■ Your task
Filter these entries down to lines holding "FLOOR".

■ Entries provided

━━━

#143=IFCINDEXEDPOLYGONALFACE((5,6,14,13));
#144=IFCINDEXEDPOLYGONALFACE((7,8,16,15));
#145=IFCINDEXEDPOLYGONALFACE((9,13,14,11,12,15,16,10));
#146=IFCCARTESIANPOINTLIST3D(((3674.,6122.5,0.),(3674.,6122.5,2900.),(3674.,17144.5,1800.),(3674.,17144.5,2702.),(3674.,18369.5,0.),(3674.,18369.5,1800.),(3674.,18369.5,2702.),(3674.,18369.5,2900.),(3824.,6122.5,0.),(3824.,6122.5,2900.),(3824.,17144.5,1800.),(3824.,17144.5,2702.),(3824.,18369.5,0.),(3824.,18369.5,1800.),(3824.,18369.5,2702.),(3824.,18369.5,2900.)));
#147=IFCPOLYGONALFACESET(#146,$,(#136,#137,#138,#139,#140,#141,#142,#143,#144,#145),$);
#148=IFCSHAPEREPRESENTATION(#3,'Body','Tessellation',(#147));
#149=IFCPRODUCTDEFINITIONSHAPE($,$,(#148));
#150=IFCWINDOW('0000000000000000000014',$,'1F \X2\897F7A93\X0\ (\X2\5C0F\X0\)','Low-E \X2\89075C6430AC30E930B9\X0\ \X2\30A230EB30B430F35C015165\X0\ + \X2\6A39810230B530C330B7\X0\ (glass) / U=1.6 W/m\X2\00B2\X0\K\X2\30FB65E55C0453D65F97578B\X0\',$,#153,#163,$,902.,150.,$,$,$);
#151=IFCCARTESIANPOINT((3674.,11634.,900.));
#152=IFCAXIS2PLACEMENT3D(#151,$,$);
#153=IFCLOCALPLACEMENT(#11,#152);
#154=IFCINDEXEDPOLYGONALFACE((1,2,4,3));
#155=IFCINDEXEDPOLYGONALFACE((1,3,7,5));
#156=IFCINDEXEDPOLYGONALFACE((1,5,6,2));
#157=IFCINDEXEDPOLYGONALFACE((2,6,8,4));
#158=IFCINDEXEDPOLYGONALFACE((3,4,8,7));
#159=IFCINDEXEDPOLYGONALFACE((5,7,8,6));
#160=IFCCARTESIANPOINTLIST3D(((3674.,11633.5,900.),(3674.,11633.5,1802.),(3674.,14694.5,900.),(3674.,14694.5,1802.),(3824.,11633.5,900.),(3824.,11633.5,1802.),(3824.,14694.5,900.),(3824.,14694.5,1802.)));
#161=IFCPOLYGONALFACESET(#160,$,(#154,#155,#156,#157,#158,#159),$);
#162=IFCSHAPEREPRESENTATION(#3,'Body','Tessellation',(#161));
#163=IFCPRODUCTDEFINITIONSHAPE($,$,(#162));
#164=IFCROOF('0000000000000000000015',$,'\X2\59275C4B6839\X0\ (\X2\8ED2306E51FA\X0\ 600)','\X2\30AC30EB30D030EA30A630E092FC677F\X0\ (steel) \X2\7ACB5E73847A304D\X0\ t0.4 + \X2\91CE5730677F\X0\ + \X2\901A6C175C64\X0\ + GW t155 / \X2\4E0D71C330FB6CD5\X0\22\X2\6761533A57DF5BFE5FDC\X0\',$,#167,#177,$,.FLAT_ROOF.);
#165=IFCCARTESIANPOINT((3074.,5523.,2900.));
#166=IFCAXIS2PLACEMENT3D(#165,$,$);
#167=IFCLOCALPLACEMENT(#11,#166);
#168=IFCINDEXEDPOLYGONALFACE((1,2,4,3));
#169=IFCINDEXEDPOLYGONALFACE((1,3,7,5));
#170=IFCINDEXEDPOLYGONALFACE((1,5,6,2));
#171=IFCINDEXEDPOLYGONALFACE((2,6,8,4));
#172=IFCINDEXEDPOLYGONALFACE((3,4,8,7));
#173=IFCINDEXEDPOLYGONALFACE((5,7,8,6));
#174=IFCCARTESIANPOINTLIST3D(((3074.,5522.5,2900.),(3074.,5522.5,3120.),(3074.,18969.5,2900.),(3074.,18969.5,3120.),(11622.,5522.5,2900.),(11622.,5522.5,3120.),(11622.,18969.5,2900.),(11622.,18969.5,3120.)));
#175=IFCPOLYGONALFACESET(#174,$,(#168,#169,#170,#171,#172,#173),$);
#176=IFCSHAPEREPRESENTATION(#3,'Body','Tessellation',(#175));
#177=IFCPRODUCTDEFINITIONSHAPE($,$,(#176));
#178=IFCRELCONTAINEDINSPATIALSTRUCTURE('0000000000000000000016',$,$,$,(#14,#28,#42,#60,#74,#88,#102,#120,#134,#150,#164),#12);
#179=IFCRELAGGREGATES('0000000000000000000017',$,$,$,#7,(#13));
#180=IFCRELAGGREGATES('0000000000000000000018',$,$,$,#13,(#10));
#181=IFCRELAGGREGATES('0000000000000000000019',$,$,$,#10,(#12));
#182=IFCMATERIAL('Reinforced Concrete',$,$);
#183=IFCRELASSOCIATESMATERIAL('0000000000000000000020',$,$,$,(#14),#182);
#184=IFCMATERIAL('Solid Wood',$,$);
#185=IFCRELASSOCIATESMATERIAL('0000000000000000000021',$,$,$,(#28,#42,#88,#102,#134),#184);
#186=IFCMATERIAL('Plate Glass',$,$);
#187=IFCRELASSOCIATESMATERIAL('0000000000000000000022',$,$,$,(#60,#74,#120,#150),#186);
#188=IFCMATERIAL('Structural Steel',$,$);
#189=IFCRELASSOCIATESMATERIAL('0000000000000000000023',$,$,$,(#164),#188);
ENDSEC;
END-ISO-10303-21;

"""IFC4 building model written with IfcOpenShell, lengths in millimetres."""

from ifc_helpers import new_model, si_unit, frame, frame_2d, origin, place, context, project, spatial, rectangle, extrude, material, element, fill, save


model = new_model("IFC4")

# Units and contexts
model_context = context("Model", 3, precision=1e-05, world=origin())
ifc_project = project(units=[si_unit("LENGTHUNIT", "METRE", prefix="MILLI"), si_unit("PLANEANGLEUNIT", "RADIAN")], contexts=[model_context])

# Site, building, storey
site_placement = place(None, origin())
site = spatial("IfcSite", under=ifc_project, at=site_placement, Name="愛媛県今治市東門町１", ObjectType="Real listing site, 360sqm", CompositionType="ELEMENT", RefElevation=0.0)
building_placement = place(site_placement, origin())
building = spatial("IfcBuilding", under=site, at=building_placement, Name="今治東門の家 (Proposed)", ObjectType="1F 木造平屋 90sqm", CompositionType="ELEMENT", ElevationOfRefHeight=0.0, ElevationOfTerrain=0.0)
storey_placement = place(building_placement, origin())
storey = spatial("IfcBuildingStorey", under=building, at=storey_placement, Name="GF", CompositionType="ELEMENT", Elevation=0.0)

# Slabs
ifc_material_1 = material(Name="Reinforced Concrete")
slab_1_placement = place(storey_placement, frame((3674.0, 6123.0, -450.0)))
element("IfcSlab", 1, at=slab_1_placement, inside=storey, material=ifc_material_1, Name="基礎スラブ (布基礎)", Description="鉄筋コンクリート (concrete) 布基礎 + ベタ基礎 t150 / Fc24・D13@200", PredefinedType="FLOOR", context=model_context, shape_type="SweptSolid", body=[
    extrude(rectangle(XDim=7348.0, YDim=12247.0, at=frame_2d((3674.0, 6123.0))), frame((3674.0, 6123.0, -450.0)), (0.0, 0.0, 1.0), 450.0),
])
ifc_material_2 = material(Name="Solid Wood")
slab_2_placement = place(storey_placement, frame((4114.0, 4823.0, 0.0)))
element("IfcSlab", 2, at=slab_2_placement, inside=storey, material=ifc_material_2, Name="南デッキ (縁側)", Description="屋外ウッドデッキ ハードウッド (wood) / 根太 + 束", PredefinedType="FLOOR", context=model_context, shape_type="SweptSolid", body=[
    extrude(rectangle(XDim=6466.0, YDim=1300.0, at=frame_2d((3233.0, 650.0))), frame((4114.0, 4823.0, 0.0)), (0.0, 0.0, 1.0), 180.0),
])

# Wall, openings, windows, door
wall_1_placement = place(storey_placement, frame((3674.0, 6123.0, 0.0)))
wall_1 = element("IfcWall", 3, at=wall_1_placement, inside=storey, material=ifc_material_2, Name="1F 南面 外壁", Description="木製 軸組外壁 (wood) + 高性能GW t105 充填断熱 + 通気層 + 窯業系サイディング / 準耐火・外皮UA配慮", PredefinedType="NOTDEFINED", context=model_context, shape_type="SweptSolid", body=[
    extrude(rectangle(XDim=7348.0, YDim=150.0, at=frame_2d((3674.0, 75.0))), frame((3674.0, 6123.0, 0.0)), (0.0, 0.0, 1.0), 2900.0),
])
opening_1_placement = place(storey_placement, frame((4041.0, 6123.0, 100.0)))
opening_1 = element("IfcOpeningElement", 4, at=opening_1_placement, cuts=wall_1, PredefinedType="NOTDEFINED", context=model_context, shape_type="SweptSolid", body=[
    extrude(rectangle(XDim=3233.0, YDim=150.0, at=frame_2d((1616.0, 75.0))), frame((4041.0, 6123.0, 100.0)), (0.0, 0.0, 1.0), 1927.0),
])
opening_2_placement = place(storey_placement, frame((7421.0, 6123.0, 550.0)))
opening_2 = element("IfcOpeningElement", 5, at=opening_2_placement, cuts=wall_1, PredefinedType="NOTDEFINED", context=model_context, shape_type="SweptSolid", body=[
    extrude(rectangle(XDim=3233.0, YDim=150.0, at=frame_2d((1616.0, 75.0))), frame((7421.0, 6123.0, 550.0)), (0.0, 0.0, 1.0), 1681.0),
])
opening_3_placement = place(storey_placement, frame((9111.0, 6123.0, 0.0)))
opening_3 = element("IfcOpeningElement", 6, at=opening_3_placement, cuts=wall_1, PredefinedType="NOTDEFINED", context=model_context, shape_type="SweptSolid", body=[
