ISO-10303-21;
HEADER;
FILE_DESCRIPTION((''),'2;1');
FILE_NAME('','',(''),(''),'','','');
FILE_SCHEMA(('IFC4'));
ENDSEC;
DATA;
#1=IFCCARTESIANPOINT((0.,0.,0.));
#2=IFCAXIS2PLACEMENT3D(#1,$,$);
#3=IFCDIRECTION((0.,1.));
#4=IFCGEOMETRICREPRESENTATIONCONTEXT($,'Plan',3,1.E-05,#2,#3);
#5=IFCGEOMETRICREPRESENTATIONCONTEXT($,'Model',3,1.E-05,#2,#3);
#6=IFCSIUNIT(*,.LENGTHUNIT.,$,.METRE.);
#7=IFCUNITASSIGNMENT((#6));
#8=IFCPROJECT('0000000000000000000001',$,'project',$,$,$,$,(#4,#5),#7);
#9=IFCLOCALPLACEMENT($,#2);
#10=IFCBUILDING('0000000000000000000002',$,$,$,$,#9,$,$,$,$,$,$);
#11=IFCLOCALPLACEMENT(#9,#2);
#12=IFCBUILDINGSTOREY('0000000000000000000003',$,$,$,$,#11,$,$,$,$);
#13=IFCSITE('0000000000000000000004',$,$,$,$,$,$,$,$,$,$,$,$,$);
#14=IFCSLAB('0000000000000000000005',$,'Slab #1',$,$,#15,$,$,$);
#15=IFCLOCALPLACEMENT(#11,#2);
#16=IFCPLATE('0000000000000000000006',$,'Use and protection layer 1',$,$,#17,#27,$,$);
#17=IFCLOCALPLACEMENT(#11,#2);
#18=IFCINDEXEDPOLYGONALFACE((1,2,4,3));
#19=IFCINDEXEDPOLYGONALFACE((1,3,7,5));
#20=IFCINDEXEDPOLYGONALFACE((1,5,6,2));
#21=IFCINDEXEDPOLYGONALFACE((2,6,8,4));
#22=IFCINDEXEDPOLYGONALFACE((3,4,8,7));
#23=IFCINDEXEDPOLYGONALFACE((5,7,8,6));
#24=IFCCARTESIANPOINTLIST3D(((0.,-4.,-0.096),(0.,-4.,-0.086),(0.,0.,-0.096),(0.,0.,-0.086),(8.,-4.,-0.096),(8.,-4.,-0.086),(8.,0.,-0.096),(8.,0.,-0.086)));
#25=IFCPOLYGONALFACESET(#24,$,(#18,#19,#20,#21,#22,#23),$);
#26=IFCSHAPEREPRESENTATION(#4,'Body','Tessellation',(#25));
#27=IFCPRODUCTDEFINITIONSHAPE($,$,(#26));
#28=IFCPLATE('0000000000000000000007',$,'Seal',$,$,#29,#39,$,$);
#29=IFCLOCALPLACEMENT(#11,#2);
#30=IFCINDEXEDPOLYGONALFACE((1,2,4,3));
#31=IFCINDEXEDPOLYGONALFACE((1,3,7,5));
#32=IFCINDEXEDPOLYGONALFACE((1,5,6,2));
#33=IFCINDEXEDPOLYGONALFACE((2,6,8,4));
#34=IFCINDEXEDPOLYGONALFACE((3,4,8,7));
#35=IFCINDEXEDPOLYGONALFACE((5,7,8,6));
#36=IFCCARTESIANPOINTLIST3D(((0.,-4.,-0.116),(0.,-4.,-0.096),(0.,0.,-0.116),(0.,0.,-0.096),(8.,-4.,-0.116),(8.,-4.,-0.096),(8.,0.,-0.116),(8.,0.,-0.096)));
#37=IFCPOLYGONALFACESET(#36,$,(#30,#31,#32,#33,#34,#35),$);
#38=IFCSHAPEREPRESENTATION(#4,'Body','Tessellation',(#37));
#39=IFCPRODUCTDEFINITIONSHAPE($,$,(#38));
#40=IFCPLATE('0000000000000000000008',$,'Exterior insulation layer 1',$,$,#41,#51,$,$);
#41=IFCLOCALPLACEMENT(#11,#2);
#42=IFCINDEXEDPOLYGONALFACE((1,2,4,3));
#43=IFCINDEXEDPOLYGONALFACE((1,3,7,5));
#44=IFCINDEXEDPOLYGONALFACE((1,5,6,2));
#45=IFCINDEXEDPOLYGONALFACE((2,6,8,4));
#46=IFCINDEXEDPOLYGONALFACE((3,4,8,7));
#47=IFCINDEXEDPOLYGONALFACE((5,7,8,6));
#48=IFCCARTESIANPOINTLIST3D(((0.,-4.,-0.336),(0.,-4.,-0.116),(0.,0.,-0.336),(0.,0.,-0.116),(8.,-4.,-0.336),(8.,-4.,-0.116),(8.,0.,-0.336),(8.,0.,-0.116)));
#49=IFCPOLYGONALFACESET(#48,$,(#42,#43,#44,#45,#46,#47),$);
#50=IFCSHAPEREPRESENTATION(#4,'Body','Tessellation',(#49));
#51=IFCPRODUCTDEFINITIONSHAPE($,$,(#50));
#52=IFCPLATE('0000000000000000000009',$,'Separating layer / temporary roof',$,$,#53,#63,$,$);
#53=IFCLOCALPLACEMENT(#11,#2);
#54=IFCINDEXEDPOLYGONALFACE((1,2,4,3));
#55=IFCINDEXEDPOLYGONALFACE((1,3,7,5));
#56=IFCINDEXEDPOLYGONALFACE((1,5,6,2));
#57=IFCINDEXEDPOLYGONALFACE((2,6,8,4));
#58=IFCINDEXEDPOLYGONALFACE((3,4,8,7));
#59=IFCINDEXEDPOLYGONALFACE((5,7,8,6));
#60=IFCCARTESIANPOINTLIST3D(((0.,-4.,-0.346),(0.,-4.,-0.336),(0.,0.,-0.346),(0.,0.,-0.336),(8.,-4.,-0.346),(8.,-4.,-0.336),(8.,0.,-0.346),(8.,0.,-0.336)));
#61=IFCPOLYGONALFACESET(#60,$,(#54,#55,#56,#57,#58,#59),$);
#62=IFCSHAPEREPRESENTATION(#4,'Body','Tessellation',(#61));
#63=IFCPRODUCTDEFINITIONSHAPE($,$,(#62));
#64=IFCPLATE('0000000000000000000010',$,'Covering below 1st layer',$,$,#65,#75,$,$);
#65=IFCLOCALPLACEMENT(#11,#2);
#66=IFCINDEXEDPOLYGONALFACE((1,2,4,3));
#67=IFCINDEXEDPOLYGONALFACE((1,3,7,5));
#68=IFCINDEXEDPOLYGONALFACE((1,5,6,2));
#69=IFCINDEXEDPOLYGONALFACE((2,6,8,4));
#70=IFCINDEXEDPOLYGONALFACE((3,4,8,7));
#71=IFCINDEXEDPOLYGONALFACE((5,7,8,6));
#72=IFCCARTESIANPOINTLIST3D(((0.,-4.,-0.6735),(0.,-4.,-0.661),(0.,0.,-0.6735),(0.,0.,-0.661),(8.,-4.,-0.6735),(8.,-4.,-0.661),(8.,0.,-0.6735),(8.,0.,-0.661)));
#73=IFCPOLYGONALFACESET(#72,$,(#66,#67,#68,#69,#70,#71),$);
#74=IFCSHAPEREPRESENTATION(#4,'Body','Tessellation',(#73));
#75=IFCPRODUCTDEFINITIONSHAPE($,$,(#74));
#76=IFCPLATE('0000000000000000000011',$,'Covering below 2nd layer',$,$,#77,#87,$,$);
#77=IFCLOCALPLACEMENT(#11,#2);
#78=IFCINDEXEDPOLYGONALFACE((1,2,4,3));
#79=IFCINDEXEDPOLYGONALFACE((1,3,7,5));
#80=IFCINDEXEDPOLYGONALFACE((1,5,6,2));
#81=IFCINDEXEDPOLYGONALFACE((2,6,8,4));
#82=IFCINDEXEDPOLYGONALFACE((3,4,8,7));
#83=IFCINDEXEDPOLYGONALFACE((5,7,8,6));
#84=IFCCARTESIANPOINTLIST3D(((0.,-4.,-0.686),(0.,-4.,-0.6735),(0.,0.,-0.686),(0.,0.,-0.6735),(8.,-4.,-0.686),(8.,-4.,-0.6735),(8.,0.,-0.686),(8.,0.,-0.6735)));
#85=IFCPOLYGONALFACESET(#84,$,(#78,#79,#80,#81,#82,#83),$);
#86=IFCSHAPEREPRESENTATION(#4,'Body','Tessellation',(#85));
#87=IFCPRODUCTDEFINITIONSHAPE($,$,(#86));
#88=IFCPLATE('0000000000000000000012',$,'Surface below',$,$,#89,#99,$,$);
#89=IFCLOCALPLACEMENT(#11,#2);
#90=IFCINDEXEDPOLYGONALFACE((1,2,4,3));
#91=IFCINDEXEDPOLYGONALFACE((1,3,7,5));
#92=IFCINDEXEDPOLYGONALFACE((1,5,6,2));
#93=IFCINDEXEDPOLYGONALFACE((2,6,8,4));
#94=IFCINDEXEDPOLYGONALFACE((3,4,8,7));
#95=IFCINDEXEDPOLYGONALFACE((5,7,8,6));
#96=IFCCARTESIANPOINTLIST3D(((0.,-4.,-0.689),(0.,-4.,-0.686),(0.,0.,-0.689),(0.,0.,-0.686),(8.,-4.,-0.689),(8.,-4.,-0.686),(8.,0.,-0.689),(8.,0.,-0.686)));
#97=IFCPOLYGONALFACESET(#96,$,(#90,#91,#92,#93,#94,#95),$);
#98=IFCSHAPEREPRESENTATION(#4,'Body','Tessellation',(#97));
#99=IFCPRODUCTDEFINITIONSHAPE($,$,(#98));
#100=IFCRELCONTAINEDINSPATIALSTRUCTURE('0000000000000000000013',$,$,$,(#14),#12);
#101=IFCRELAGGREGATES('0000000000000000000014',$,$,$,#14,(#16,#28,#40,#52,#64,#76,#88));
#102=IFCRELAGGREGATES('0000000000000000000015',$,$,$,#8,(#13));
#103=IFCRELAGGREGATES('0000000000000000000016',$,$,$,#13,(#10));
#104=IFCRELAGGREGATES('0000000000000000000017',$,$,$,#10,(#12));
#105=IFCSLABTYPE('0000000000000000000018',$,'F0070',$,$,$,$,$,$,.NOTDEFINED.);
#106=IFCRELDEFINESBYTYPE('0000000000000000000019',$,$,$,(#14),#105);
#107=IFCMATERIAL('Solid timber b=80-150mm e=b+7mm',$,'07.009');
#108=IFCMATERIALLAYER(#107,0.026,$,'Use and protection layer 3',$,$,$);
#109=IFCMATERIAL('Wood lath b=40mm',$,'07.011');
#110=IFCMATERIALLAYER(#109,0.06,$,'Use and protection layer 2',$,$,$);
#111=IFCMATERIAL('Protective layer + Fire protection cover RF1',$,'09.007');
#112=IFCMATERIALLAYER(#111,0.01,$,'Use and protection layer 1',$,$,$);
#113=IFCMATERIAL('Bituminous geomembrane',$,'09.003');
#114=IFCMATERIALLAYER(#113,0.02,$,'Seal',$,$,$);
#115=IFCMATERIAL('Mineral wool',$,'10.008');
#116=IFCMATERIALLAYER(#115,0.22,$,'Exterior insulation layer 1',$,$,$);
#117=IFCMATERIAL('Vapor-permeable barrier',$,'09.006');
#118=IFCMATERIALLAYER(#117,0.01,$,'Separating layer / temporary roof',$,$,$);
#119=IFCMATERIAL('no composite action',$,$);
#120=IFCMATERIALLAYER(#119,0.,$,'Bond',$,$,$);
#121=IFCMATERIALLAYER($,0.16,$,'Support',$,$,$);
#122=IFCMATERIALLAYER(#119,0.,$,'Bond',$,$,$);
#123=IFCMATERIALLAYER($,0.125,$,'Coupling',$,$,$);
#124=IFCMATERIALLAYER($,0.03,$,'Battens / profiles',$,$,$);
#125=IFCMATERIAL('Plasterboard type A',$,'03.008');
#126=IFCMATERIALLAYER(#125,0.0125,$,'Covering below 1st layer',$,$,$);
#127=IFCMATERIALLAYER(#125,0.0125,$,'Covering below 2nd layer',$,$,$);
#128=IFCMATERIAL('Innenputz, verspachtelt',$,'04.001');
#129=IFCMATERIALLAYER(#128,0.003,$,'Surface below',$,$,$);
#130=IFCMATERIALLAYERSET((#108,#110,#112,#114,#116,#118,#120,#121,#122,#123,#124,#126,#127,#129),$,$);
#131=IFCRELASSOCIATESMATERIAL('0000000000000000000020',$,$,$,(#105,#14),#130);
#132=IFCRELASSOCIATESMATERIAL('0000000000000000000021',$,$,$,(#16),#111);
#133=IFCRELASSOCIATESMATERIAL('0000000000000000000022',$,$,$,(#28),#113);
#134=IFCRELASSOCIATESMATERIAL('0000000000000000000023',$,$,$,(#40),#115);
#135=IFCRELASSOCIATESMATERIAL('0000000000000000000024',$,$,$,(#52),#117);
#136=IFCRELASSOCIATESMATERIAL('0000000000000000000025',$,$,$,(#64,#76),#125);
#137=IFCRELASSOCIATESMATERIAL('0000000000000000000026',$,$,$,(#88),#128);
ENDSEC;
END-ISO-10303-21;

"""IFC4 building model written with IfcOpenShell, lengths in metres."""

from ifc_helpers import new_model, si_unit, direction, frame, frame_2d, origin, place, context, project, spatial, rectangle, extrude, material, layer, layer_set, type_object, element, aggregate, save


model = new_model("IFC4")

# Units and contexts
plan_context = context("Plan", 3, precision=1e-05, world=origin(), true_north=direction((0.0, 1.0)))
model_context = context("Model", 3, precision=1e-05, world=origin(), true_north=direction((0.0, 1.0)))
ifc_project = project(units=[si_unit("LENGTHUNIT", "METRE")], contexts=[plan_context, model_context])

# Site, building, storey
site = spatial("IfcSite", under=ifc_project)
building_placement = place(None, origin())
building = spatial("IfcBuilding", under=site, at=building_placement)
storey_placement = place(building_placement, origin())
storey = spatial("IfcBuildingStorey", under=building, at=storey_placement)

# Slab, plates
ifc_material_1 = material(Name="Solid timber b=80-150mm e=b+7mm", Category="07.009")
ifc_layer_1 = layer(ifc_material_1, 0.026, Name="Use and protection layer 3")
ifc_material_2 = material(Name="Wood lath b=40mm", Category="07.011")
ifc_layer_2 = layer(ifc_material_2, 0.06, Name="Use and protection layer 2")
ifc_material_3 = material(Name="Protective layer + Fire protection cover RF1", Category="09.007")
ifc_layer_3 = layer(ifc_material_3, 0.01, Name="Use and protection layer 1")
ifc_material_4 = material(Name="Bituminous geomembrane", Category="09.003")
ifc_layer_4 = layer(ifc_material_4, 0.02, Name="Seal")
ifc_material_5 = material(Name="Mineral wool", Category="10.008")
ifc_layer_5 = layer(ifc_material_5, 0.22, Name="Exterior insulation layer 1")
ifc_material_6 = material(Name="Vapor-permeable barrier", Category="09.006")
ifc_layer_6 = layer(ifc_material_6, 0.01, Name="Separating layer / temporary roof")
ifc_material_7 = material(Name="no composite action")
ifc_layer_7 = layer(ifc_material_7, 0.0, Name="Bond")
ifc_layer_8 = layer(None, 0.16, Name="Support")
ifc_layer_9 = layer(ifc_material_7, 0.0, Name="Bond")
ifc_layer_10 = layer(None, 0.125, Name="Coupling")
ifc_layer_11 = layer(None, 0.03, Name="Battens / profiles")
ifc_material_8 = material(Name="Plasterboard type A", Category="03.008")
ifc_layer_12 = layer(ifc_material_8, 0.0125, Name="Covering below 1st layer")
ifc_layer_13 = layer(ifc_material_8, 0.0125, Name="Covering below 2nd layer")
ifc_material_9 = material(Name="Innenputz, verspachtelt", Category="04.001")
ifc_layer_14 = layer(ifc_material_9, 0.003, Name="Surface below")
ifc_layer_set = layer_set([ifc_layer_1, ifc_layer_2, ifc_layer_3, ifc_layer_4, ifc_layer_5, ifc_layer_6, ifc_layer_7, ifc_layer_8, ifc_layer_9, ifc_layer_10, ifc_layer_11, ifc_layer_12, ifc_layer_13, ifc_layer_14])
slab_type = type_object("IfcSlabType", Name="F0070", PredefinedType="NOTDEFINED", material=ifc_layer_set)
slab_placement = place(None, frame((0.0, 0.0, 0.0), z_axis=(0.0, 0.0, -1.0), x_axis=(1.0, 0.0, 0.0)))
slab = element("IfcSlab", 1, at=slab_placement, inside=storey, type_object=slab_type, material=ifc_layer_set, Name="Slab #1")
plate_1_placement = place(slab_placement, origin())
plate_1 = element("IfcPlate", 2, at=plate_1_placement, material=ifc_material_3, Name="Use and protection layer 1", context=plan_context, shape_type="SweptSolid", body=[
    extrude(rectangle(XDim=8.0, YDim=4.0, at=frame_2d((4.0, 2.0), x_axis=(1.0, 0.0))), frame((0.0, 0.0, 0.086), z_axis=(0.0, 0.0, 1.0), x_axis=(1.0, 0.0, 0.0)), (0.0, 0.0, 1.0), 0.01),
])
plate_2_placement = place(slab_placement, origin())
plate_2 = element("IfcPlate", 3, at=plate_2_placement, material=ifc_material_4, Name="Seal", context=plan_context, shape_type="SweptSolid", body=[
    extrude(rectangle(XDim=8.0, YDim=4.0, at=frame_2d((4.0, 2.0), x_axis=(1.0, 0.0))), frame((0.0, 0.0, 0.096), z_axis=(0.0, 0.0, 1.0), x_axis=(1.0, 0.0, 0.0)), (0.0, 0.0, 1.0), 0.02),
])
plate_3_placement = place(slab_placement, origin())
plate_3 = element("IfcPlate", 4, at=plate_3_placement, material=ifc_material_5, Name="Exterior insulation layer 1", context=plan_context, shape_type="SweptSolid", body=[
    extrude(rectangle(XDim=8.0, YDim=4.0, at=frame_2d((4.0, 2.0), x_axis=(1.0, 0.0))), frame((0.0, 0.0, 0.116), z_axis=(0.0, 0.0, 1.0), x_axis=(1.0, 0.0, 0.0)), (0.0, 0.0, 1.0), 0.22),
])
plate_4_placement = place(slab_placement, origin())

━━━

■ Reply
element("IfcSlab", 1, at=slab_1_placement, inside=storey, material=ifc_material_1, Name="基礎スラブ (布基礎)", Description="鉄筋コンクリート (concrete) 布基礎 + ベタ基礎 t150 / Fc24・D13@200", PredefinedType="FLOOR", context=model_context, shape_type="SweptSolid", body=[
element("IfcSlab", 2, at=slab_2_placement, inside=storey, material=ifc_material_2, Name="南デッキ (縁側)", Description="屋外ウッドデッキ ハードウッド (wood) / 根太 + 束", PredefinedType="FLOOR", context=model_context, shape_type="SweptSolid", body=[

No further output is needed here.